▸ **Problem**: Repeat all entries exactly.

▸ **The records**:
========

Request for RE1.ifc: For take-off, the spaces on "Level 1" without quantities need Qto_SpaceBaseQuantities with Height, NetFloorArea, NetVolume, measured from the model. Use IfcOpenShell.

First a look at what the model holds.

```python
import ifcopenshell
import ifcopenshell.util.element
import ifcopenshell.util.unit

model = ifcopenshell.open("RE1.ifc")
print(model.schema)
for unit_type in ("LENGTHUNIT", "AREAUNIT", "VOLUMEUNIT"):
    print(unit_type, ifcopenshell.util.unit.calculate_unit_scale(model, unit_type))
storey = next(s for s in model.by_type("IfcBuildingStorey") if s.Name == "Level 1")
spaces = [e for e in ifcopenshell.util.element.get_decomposition(storey) if e.is_a("IfcSpace")]
for e in sorted(spaces, key=lambda e: e.id()):
    print(e.id(), e.is_a(), e.Name, list(ifcopenshell.util.element.get_psets(e, qtos_only=True)), sep=" | ")
```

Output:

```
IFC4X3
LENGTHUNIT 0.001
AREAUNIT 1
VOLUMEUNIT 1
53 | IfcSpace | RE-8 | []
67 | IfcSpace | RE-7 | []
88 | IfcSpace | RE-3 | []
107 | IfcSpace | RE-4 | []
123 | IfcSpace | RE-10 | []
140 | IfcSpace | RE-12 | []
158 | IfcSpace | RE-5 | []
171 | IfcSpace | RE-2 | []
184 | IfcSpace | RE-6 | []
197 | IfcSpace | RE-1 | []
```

```python
import ifcopenshell
import ifcopenshell.api.pset
import ifcopenshell.geom
import ifcopenshell.util.element
import ifcopenshell.util.shape
import ifcopenshell.util.unit

model = ifcopenshell.open("RE1.ifc")
unit_scale = ifcopenshell.util.unit.calculate_unit_scale(model)
area_scale = ifcopenshell.util.unit.calculate_unit_scale(model, "AREAUNIT")
volume_scale = ifcopenshell.util.unit.calculate_unit_scale(model, "VOLUMEUNIT")
settings = ifcopenshell.geom.settings()

storey = next(s for s in model.by_type("IfcBuildingStorey") if s.Name == "Level 1")
spaces = [e for e in ifcopenshell.util.element.get_decomposition(storey) if e.is_a("IfcSpace")]

for e in sorted(spaces, key=lambda e: e.id()):
    if ifcopenshell.util.element.get_psets(e, qtos_only=True, should_inherit=False):
        continue
    # Geometry comes back in metres, in the element's own axes.
    shape = ifcopenshell.geom.create_shape(settings, e)
    values = {
        "Height": ifcopenshell.util.shape.get_z(shape.geometry) / unit_scale,
        "NetFloorArea": ifcopenshell.util.shape.get_footprint_area(shape.geometry) / area_scale,
        "NetVolume": ifcopenshell.util.shape.get_volume(shape.geometry) / volume_scale,
    }
    qto = ifcopenshell.api.pset.add_qto(model, product=e, name="Qto_SpaceBaseQuantities")
    ifcopenshell.api.pset.edit_qto(model, qto=qto, properties=values)
    print(e.id(), {k: round(v, 3) for k, v in values.items()})

model.write("RE1-out.ifc")
```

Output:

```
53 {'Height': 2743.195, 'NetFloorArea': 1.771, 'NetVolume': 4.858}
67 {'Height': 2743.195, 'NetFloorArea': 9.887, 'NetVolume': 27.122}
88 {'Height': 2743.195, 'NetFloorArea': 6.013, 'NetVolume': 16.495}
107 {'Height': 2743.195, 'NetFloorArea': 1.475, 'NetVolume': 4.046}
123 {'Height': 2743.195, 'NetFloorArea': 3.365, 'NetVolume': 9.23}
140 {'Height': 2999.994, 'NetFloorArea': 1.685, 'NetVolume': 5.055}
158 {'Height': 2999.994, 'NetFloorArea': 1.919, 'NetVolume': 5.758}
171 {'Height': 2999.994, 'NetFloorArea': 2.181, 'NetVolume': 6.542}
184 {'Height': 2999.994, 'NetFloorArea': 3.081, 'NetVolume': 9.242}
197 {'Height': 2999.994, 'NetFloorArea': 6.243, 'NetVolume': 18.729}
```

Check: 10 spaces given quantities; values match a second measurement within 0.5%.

========

▸ **Written response**:
Request for RE1.ifc: For take-off, the spaces on "Level 1" without quantities need Qto_SpaceBaseQuantities with Height, NetFloorArea, NetVolume, measured from the model. Use IfcOpenShell.

First a look at what the model holds.

```python
import ifcopenshell
import ifcopenshell.util.element
import ifcopenshell.util.unit

model = ifcopenshell.open("RE1.ifc")
print(model.schema)
for unit_type in ("LENGTHUNIT", "AREAUNIT", "VOLUMEUNIT"):
    print(unit_type, ifcopenshell.util.unit.calculate_unit_scale(model, unit_type))
storey = next(s for s in model.by_type("IfcBuildingStorey") if s.Name == "Level 1")
spaces = [e for e in ifcopenshell.util.element.get_decomposition(storey) if e.is_a("IfcSpace")]
for e in sorted(spaces, key=lambda e: e.id()):
    print(e.id(), e.is_a(), e.Name, list(ifcopenshell.util.element.get_psets(e, qtos_only=True)), sep=" | ")
```

Output:

```
IFC4X3
LENGTHUNIT 0.001
AREAUNIT 1
VOLUMEUNIT 1
53 | IfcSpace | RE-8 | []
67 | IfcSpace | RE-7 | []
88 | IfcSpace | RE-3 | []
107 | IfcSpace | RE-4 | []
123 | IfcSpace | RE-10 | []
140 | IfcSpace | RE-12 | []
158 | IfcSpace | RE-5 | []
171 | IfcSpace | RE-2 | []
184 | IfcSpace | RE-6 | []
197 | IfcSpace | RE-1 | []
```

```python
import ifcopenshell
import ifcopenshell.api.pset
import ifcopenshell.geom
import ifcopenshell.util.element
import ifcopenshell.util.shape
import ifcopenshell.util.unit

model = ifcopenshell.open("RE1.ifc")
unit_scale = ifcopenshell.util.unit.calculate_unit_scale(model)
area_scale = ifcopenshell.util.unit.calculate_unit_scale(model, "AREAUNIT")
volume_scale = ifcopenshell.util.unit.calculate_unit_scale(model, "VOLUMEUNIT")
settings = ifcopenshell.geom.settings()

storey = next(s for s in model.by_type("IfcBuildingStorey") if s.Name == "Level 1")
spaces = [e for e in ifcopenshell.util.element.get_decomposition(storey) if e.is_a("IfcSpace")]

for e in sorted(spaces, key=lambda e: e.id()):
    if ifcopenshell.util.element.get_psets(e, qtos_only=True, should_inherit=False):
        continue
    # Geometry comes back in metres, in the element's own axes.
    shape = ifcopenshell.geom.create_shape(settings, e)
    values = {
        "Height": ifcopenshell.util.shape.get_z(shape.geometry) / unit_scale,
        "NetFloorArea": ifcopenshell.util.shape.get_footprint_area(shape.geometry) / area_scale,
        "NetVolume": ifcopenshell.util.shape.get_volume(shape.geometry) / volume_scale,
    }
    qto = ifcopenshell.api.pset.add_qto(model, product=e, name="Qto_SpaceBaseQuantities")
    ifcopenshell.api.pset.edit_qto(model, qto=qto, properties=values)
    print(e.id(), {k: round(v, 3) for k, v in values.items()})

model.write("RE1-out.ifc")
```

Output:

```
53 {'Height': 2743.195, 'NetFloorArea': 1.771, 'NetVolume': 4.858}
67 {'Height': 2743.195, 'NetFloorArea': 9.887, 'NetVolume': 27.122}
88 {'Height': 2743.195, 'NetFloorArea': 6.013, 'NetVolume': 16.495}
107 {'Height': 2743.195, 'NetFloorArea': 1.475, 'NetVolume': 4.046}
123 {'Height': 2743.195, 'NetFloorArea': 3.365, 'NetVolume': 9.23}
140 {'Height': 2999.994, 'NetFloorArea': 1.685, 'NetVolume': 5.055}
158 {'Height': 2999.994, 'NetFloorArea': 1.919, 'NetVolume': 5.758}
171 {'Height': 2999.994, 'NetFloorArea': 2.181, 'NetVolume': 6.542}
184 {'Height': 2999.994, 'NetFloorArea': 3.081, 'NetVolume': 9.242}
197 {'Height': 2999.994, 'NetFloorArea': 6.243, 'NetVolume': 18.729}
```

Check: 10 spaces given quantities; values match a second measurement within 0.5%.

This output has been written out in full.